Читать «Августовский рассвет (сборник)» онлайн - страница 49

Теодор Константин

Он, Сильвиу Бобоча, узнавал, что говорят люди об их семье, подслушивая болтовню слуг или подкупая конфетами кого-нибудь из своих сверстников.

С раннего детства у него были две страсти: сладости и болезненное любопытство. То, что ему удавалось выведать, он держал при себе, никому не передавал услышанное и не питал вражды к тем, кто плохо говорил о его родителях. Его удовлетворял сам факт, что ему удалось узнать. Никто не мог превзойти его в умении подслушивать у дверей или незаметно подкрадываться к людям, чтобы послушать, о чем они говорят, а потом так же незаметно исчезать. Он всегда мог вытянуть из других то, что его интересовало.

Поэтому в школе его не любили ни ученики, ни учителя. Его прозвали Жавером и старались держаться от него подальше.

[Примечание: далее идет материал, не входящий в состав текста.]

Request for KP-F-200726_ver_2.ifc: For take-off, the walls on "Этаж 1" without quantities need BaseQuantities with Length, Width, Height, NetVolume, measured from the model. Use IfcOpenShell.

First a look at what the model holds.

```python
import ifcopenshell
import ifcopenshell.util.element
import ifcopenshell.util.unit

model = ifcopenshell.open("KP-F-200726_ver_2.ifc")
print(model.schema)
for unit_type in ("LENGTHUNIT", "AREAUNIT", "VOLUMEUNIT"):
    print(unit_type, ifcopenshell.util.unit.calculate_unit_scale(model, unit_type))
storey = next(s for s in model.by_type("IfcBuildingStorey") if s.Name == "Этаж 1")
walls = [e for e in ifcopenshell.util.element.get_decomposition(storey) if e.is_a("IfcWall")]
for e in sorted(walls, key=lambda e: e.id()):
    print(e.id(), e.is_a(), e.Name, list(ifcopenshell.util.element.get_psets(e, qtos_only=True)), sep=" | ")
```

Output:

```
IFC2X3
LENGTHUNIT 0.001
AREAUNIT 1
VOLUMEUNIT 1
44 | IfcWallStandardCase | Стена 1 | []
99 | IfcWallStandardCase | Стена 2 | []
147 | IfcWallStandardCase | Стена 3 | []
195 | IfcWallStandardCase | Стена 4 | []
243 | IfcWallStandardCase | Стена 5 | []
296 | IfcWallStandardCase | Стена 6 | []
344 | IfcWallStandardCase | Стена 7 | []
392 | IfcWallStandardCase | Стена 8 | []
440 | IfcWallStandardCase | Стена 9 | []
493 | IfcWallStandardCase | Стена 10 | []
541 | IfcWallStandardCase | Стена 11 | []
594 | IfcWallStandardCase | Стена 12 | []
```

```python
import ifcopenshell
import ifcopenshell.api.pset
import ifcopenshell.geom
import ifcopenshell.util.element
import ifcopenshell.util.shape
import ifcopenshell.util.unit

model = ifcopenshell.open("KP-F-200726_ver_2.ifc")
unit_scale = ifcopenshell.util.unit.calculate_unit_scale(model)
volume_scale = ifcopenshell.util.unit.calculate_unit_scale(model, "VOLUMEUNIT")
settings = ifcopenshell.geom.settings()

storey = next(s for s in model.by_type("IfcBuildingStorey") if s.Name == "Этаж 1")
walls = [e for e in ifcopenshell.util.element.get_decomposition(storey) if e.is_a("IfcWall")]

for e in sorted(walls, key=lambda e: e.id()):
    if ifcopenshell.util.element.get_psets(e, qtos_only=True, should_inherit=False):
        continue
    # Geometry comes back in metres, in the element's own axes.
    shape = ifcopenshell.geom.create_shape(settings, e)
    values = {
        "Length": ifcopenshell.util.shape.get_x(shape.geometry) / unit_scale,
        "Width": ifcopenshell.util.shape.get_y(shape.geometry) / unit_scale,
        "Height": ifcopenshell.util.shape.get_z(shape.geometry) / unit_scale,
        "NetVolume": ifcopenshell.util.shape.get_volume(shape.geometry) / volume_scale,
    }
    qto = ifcopenshell.api.pset.add_qto(model, product=e, name="BaseQuantities")
    ifcopenshell.api.pset.edit_qto(model, qto=qto, properties=values)
    print(e.id(), {k: round(v, 3) for k, v in values.items()})

model.write("KP-F-200726_ver_2_rev.ifc")
```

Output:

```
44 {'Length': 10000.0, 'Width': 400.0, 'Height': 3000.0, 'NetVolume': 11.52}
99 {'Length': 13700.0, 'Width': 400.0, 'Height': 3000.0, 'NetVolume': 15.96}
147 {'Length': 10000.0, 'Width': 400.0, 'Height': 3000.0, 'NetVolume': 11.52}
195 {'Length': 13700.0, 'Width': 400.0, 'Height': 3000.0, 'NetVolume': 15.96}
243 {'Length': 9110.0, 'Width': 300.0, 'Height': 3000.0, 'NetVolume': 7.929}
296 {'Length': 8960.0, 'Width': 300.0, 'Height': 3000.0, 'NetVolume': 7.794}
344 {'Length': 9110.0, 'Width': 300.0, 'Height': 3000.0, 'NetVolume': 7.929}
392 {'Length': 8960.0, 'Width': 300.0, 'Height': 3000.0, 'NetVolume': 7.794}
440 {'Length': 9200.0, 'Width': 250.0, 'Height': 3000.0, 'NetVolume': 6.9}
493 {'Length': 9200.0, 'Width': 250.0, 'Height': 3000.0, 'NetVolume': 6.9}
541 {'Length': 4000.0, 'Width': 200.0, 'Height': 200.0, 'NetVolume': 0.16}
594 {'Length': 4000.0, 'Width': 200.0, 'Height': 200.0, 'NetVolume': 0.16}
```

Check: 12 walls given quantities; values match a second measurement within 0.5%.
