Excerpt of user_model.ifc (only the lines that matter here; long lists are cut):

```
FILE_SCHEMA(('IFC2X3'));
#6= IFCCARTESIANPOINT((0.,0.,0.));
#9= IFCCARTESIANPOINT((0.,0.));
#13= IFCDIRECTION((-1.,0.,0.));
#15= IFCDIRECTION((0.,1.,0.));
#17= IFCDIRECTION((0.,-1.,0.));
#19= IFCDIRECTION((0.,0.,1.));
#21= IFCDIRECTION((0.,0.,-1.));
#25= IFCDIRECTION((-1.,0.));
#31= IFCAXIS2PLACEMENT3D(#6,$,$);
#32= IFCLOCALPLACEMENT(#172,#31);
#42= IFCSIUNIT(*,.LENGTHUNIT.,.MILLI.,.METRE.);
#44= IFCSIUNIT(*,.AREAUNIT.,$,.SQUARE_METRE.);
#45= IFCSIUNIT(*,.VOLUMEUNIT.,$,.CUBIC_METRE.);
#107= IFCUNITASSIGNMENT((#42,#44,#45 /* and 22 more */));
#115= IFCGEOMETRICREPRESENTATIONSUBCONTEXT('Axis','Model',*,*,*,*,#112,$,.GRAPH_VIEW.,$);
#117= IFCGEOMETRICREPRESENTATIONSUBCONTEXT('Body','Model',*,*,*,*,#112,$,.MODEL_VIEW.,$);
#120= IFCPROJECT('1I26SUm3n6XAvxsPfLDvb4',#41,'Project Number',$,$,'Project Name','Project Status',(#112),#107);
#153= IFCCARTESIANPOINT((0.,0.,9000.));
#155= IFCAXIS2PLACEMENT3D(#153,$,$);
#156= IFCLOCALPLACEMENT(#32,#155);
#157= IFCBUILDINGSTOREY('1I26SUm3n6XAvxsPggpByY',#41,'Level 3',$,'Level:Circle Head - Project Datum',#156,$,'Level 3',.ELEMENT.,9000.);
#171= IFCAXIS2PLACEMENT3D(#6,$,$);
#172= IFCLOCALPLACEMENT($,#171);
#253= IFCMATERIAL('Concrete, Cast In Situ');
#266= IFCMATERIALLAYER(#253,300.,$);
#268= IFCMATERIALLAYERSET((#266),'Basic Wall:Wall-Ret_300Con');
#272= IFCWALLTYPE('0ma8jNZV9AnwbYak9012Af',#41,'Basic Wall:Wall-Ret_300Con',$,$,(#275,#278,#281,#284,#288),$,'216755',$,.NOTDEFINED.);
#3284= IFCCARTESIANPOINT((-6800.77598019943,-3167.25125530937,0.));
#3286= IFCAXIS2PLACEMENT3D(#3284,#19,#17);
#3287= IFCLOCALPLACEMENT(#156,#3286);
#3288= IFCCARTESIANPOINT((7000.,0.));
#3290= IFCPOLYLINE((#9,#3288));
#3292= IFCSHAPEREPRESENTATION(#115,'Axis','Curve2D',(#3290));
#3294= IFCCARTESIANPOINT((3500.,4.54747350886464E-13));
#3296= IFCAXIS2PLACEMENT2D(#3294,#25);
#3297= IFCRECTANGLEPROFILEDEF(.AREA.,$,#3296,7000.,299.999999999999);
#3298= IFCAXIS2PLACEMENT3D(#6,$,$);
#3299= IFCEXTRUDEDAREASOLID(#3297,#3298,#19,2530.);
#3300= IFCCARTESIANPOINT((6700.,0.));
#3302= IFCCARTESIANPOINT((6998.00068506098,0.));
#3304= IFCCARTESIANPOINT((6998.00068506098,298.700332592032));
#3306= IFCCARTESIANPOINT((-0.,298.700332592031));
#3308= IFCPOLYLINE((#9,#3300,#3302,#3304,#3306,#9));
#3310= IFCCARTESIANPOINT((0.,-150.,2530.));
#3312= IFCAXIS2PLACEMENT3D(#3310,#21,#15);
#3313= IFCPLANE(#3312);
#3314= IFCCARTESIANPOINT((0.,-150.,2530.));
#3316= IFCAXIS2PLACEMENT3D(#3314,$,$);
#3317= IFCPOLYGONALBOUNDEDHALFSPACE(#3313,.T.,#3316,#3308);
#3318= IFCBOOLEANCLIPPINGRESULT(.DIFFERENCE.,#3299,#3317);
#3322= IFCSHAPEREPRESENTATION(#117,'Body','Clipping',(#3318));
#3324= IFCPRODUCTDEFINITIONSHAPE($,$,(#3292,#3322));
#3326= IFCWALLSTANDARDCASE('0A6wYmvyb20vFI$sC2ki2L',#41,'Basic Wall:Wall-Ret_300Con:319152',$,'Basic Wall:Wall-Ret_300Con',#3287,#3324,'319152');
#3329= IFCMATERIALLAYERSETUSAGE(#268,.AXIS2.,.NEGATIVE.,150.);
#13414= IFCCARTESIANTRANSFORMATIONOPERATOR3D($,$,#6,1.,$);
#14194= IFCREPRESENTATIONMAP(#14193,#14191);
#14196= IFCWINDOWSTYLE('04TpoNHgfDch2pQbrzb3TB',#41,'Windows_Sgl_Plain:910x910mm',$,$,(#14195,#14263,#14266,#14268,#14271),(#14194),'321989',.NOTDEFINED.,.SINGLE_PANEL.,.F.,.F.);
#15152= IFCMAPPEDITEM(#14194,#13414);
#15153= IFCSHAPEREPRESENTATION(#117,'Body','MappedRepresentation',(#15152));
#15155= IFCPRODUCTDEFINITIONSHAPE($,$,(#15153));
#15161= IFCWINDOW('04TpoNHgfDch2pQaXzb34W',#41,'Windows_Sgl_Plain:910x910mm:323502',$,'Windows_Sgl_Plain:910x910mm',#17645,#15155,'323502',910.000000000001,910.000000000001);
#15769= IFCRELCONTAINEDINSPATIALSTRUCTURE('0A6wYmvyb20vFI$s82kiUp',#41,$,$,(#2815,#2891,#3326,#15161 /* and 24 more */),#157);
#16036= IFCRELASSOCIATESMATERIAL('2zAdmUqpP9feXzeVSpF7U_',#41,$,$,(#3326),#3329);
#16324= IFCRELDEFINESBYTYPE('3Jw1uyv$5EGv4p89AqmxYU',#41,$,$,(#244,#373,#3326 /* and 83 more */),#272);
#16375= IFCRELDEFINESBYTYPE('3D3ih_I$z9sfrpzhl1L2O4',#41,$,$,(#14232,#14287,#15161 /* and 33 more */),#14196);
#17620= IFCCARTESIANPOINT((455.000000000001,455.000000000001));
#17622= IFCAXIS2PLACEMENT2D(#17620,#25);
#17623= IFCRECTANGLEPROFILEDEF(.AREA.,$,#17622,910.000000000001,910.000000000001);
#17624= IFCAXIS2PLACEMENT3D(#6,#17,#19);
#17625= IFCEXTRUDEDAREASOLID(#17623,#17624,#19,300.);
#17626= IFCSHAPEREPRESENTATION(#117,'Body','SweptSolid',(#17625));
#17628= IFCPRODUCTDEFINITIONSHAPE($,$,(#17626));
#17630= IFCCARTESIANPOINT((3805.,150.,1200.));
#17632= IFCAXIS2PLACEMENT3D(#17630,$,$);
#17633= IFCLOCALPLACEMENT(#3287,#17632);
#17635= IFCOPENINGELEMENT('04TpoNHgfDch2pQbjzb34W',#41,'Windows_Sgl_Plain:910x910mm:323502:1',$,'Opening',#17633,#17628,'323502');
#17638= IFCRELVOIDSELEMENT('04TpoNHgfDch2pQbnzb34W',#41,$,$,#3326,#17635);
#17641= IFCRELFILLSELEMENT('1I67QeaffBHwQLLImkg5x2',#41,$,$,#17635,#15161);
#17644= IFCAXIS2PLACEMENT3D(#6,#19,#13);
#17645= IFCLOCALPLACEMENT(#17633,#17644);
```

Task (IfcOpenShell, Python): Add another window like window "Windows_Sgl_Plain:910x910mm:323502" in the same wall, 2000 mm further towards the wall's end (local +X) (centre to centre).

```python
import ifcopenshell
import ifcopenshell.api.feature
import ifcopenshell.api.geometry
import ifcopenshell.api.root
import ifcopenshell.geom
import ifcopenshell.util.element
import ifcopenshell.util.placement
import ifcopenshell.util.shape
import ifcopenshell.util.unit

model = ifcopenshell.open("user_model.ifc")
unit_scale = ifcopenshell.util.unit.calculate_unit_scale(model)
settings = ifcopenshell.geom.settings()


def volume(element):
    """Net volume in cubic metres, openings subtracted."""
    shape = ifcopenshell.geom.create_shape(settings, element)
    return ifcopenshell.util.shape.get_volume(shape.geometry)


def reuse_history(source, copy):
    """copy_class also copies each property set's owner history, people and application; keep the originals."""
    for rel in copy.IsDefinedBy:
        if rel.is_a("IfcRelDefinesByProperties") and (history := rel.RelatingPropertyDefinition.OwnerHistory):
            rel.RelatingPropertyDefinition.OwnerHistory = source.OwnerHistory
            ifcopenshell.util.element.remove_deep2(model, history)


window = model.by_guid("04TpoNHgfDch2pQaXzb34W")
opening = window.FillsVoids[0].RelatingOpeningElement
wall = opening.VoidsElements[0].RelatingBuildingElement
before = volume(wall)
shift = ifcopenshell.util.placement.get_local_placement(wall.ObjectPlacement)[:3, 0] * 2 / unit_scale

# copy_class copies the void relationship, type, container and properties, but no geometry.
new_opening = ifcopenshell.api.root.copy_class(model, product=opening)
new_opening.Representation = ifcopenshell.util.element.copy_deep(
    model, opening.Representation, exclude=["IfcGeometricRepresentationContext", "IfcRepresentationMap"]
)
new_opening.Name = "Windows_Sgl_Plain:910x910mm"
new_opening.Tag = None
new_window = ifcopenshell.api.root.copy_class(model, product=window)
new_window.Representation = ifcopenshell.util.element.copy_deep(
    model, window.Representation, exclude=["IfcGeometricRepresentationContext", "IfcRepresentationMap"]
)
new_window.Name = "Windows_Sgl_Plain:910x910mm"
new_window.Tag = None
reuse_history(window, new_window)
fills = ifcopenshell.api.feature.add_filling(model, opening=new_opening, element=new_window)
fills.OwnerHistory = new_window.OwnerHistory  # required in IFC2X3

for old, new in ((opening, new_opening), (window, new_window)):
    matrix = ifcopenshell.util.placement.get_local_placement(old.ObjectPlacement)
    matrix[:3, 3] += shift
    ifcopenshell.api.geometry.edit_object_placement(model, product=new, matrix=matrix, is_si=False)

after = volume(wall)

print(f"wall volume {before:.3f} -> {after:.3f} m3")

model.write("user_model_edited.ifc")
```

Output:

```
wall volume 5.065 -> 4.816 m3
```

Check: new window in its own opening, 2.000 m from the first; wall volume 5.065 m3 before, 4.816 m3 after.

Позже, угадывая в нем холодную, расчетливую натуру, неспособную на настоящую страсть, женщины не тосковали по нему, хотя внешность у него была более чем приятная.

На фронт он попал из-за желания отличиться. Зная, что никто его не любит и что он не обладает ни одним из тех качеств, которые позволили бы ему завоевать если не любовь, то хотя бы уважение себе подобных, он поставил перед собой цель заставить окружающих признать себя благодаря высоким наградам, — например, ордену Михая Храброго.

Может, если бы родители хоть немного любили его, они даже вопреки его воле избавили бы его от передовой. Его сестре Иляне достаточно было шевельнуть пальцем — и его немедленно отправили бы в тыл, в штаб какой-нибудь дивизии или еще дальше, в штабы запасных частей. Он, однако, не просил их об этом, а тем и в голову не пришло походатайствовать за него.

Его стремление добиться ордена Михая Храброго, впрочем, питалось убеждением, что война долго не продлится. Он был уверен, что за несколько месяцев мощная немецкая военная машина нанесет советским войскам такие удары, что те будут вынуждены безоговорочно капитулировать. С другой стороны, он рассчитывал (в дальнейшем он убедился в ошибочности этих расчетов), что участие румынской армии в войне на Востоке будет чисто символическим. В подобных благоприятных, по его мнению, условиях получить Михая Храброго даже с риском заработать какое-нибудь ранение было не очень-то высокой жертвой.

Но когда, рассуждая так, он решил отправиться на фронт, он еще не знал одну существенную черту своего характера, а именно — что он был трусом. Только на фронте он осознал это, что и было первым разочарованием. Вскоре последовало и другое. Через несколько недель он убедился, что присутствие армии Антонеску на фронте было далеко не символическим, как он надеялся, и что «молниеносная война» становится длительной и невероятно кровавой.

По этим причинам его энтузиазм быстро угас и уступил место страху, беспредельному, жуткому страху, что он может погибнуть от пули или быть разнесенным на куски снарядом.

Будь лейтенант Бобоча иным, он, сделав такое открытие, непременно обратился бы к своим, чтобы они любой ценой вызволили его с передовой. Но он не сделал этого, и не сделал потому, что помешала ему его безграничная, необузданная гордыня.